→ What to produce
Copy out each line of the entries where the word "IFCRECTANGLEPROFILEDEF" is present.

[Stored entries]
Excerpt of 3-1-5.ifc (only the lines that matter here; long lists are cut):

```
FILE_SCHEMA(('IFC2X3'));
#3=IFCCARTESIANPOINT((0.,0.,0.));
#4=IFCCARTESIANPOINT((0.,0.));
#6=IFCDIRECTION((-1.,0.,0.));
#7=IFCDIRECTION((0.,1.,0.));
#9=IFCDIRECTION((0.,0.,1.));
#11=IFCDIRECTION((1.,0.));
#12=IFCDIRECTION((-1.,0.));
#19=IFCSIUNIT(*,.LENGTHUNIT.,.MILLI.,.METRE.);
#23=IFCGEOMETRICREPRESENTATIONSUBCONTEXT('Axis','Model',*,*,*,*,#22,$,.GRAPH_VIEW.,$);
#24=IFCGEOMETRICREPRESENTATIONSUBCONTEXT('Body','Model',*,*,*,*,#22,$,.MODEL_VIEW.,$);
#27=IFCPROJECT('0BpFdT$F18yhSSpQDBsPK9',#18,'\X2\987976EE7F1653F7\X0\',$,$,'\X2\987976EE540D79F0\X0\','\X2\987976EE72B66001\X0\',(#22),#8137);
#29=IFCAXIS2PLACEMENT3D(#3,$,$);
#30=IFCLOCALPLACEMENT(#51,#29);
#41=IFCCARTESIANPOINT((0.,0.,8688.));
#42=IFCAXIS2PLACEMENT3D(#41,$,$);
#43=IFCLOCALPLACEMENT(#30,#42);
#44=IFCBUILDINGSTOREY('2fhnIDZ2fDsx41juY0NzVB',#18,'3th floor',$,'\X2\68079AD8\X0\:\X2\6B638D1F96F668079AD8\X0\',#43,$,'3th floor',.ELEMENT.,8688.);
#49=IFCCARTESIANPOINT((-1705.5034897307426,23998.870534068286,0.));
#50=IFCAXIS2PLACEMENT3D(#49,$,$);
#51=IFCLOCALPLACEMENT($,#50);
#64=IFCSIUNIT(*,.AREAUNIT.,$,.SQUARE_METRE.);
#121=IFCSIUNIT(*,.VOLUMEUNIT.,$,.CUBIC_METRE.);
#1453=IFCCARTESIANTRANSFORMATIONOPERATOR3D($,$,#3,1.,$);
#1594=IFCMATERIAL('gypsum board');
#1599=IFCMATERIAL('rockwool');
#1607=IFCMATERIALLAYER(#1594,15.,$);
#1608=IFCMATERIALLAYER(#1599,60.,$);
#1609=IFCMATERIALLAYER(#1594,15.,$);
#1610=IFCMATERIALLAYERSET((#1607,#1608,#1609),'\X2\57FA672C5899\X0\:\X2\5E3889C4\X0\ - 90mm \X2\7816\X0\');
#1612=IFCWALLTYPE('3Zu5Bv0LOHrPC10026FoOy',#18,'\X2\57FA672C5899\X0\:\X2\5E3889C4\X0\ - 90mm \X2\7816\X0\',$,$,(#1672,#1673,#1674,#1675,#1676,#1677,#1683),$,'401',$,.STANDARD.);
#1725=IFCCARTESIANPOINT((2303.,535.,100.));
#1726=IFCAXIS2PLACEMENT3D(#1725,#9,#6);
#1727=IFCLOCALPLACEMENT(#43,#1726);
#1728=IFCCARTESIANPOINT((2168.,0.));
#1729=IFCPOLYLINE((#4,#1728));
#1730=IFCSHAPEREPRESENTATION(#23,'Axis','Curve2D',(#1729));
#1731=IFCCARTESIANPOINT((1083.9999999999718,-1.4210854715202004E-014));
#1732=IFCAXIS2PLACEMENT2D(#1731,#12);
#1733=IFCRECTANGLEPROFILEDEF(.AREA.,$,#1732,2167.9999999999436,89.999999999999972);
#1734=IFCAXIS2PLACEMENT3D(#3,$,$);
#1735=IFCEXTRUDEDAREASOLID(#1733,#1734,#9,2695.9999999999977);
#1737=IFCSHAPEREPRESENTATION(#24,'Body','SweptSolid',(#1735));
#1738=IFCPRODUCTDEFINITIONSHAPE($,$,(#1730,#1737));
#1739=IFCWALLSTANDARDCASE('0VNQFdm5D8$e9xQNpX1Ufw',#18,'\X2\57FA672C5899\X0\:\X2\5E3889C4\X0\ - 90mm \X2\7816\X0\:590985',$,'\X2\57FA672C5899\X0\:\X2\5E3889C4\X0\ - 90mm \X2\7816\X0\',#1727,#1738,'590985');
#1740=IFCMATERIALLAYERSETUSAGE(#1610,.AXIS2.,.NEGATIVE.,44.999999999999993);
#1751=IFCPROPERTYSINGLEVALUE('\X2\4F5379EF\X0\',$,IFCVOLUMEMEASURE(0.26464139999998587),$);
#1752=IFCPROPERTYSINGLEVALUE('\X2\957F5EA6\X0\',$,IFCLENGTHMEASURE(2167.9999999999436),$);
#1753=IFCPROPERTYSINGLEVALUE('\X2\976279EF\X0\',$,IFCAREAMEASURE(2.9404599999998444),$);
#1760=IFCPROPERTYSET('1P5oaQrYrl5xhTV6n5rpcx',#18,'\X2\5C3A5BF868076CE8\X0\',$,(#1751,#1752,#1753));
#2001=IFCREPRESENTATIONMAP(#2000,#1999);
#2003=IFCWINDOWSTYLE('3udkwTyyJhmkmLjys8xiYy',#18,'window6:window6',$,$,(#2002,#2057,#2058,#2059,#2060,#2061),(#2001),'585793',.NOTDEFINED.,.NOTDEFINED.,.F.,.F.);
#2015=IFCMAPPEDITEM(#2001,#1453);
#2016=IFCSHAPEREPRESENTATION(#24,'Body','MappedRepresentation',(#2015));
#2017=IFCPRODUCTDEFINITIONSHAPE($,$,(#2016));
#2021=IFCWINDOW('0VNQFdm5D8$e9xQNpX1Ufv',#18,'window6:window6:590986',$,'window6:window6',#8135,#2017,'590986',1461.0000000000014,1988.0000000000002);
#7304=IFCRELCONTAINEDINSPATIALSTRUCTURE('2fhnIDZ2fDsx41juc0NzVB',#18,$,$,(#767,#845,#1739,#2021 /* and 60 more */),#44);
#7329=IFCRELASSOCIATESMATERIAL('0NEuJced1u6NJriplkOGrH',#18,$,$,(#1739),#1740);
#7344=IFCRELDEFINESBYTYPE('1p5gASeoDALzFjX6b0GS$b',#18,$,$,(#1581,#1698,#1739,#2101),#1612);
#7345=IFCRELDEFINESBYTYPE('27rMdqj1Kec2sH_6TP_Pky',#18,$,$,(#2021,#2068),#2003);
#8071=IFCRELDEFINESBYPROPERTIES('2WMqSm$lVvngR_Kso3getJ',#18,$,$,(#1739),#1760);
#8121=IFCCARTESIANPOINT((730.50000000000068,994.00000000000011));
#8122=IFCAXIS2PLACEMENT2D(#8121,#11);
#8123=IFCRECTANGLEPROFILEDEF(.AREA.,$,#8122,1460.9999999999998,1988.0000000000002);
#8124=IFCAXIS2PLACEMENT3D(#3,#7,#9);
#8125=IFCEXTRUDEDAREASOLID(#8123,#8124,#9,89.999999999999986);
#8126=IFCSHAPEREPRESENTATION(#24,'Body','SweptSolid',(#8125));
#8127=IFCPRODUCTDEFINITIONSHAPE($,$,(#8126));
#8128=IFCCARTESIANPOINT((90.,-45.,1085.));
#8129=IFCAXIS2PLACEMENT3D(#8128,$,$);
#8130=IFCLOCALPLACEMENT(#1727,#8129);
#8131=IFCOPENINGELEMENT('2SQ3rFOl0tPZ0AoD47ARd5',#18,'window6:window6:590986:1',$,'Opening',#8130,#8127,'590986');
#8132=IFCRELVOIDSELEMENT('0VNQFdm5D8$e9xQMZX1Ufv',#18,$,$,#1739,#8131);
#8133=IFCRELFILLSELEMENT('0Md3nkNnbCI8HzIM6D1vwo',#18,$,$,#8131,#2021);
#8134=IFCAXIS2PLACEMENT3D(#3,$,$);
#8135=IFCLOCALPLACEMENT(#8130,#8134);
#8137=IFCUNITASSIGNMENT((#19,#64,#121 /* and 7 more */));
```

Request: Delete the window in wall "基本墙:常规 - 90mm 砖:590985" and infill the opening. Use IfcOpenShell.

```python
import ifcopenshell
import ifcopenshell.api.feature
import ifcopenshell.api.pset
import ifcopenshell.api.root
import ifcopenshell.geom
import ifcopenshell.util.element
import ifcopenshell.util.shape
import ifcopenshell.util.unit

model = ifcopenshell.open("3-1-5.ifc")
area_scale = ifcopenshell.util.unit.calculate_unit_scale(model, "AREAUNIT")
volume_scale = ifcopenshell.util.unit.calculate_unit_scale(model, "VOLUMEUNIT")
settings = ifcopenshell.geom.settings()


def volume(element):
    """Net volume in cubic metres, openings subtracted."""
    shape = ifcopenshell.geom.create_shape(settings, element)
    return ifcopenshell.util.shape.get_volume(shape.geometry)


window = model.by_guid("0VNQFdm5D8$e9xQNpX1Ufv")
opening = window.FillsVoids[0].RelatingOpeningElement
wall = opening.VoidsElements[0].RelatingBuildingElement
before = volume(wall)

ifcopenshell.api.root.remove_product(model, product=window)
ifcopenshell.api.feature.remove_feature(model, feature=opening)

after = volume(wall)
thickness = 0.09  # wall thickness in metres

# Update the wall's stored quantities.
pset = model.by_id(ifcopenshell.util.element.get_pset(wall, "尺寸标注", should_inherit=False)["id"])
ifcopenshell.api.pset.edit_pset(model, pset=pset, properties={
    "体积": model.create_entity("IfcVolumeMeasure", after / volume_scale),
    "面积": model.create_entity("IfcAreaMeasure", after / thickness / area_scale),
})

print(f"wall volume {before:.3f} -> {after:.3f} m3")

model.write("3-1-5-out.ifc")
```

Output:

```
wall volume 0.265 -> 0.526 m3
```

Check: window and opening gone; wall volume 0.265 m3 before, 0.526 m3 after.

→ Written answer
#1733=IFCRECTANGLEPROFILEDEF(.AREA.,$,#1732,2167.9999999999436,89.999999999999972);
#8123=IFCRECTANGLEPROFILEDEF(.AREA.,$,#8122,1460.9999999999998,1988.0000000000002);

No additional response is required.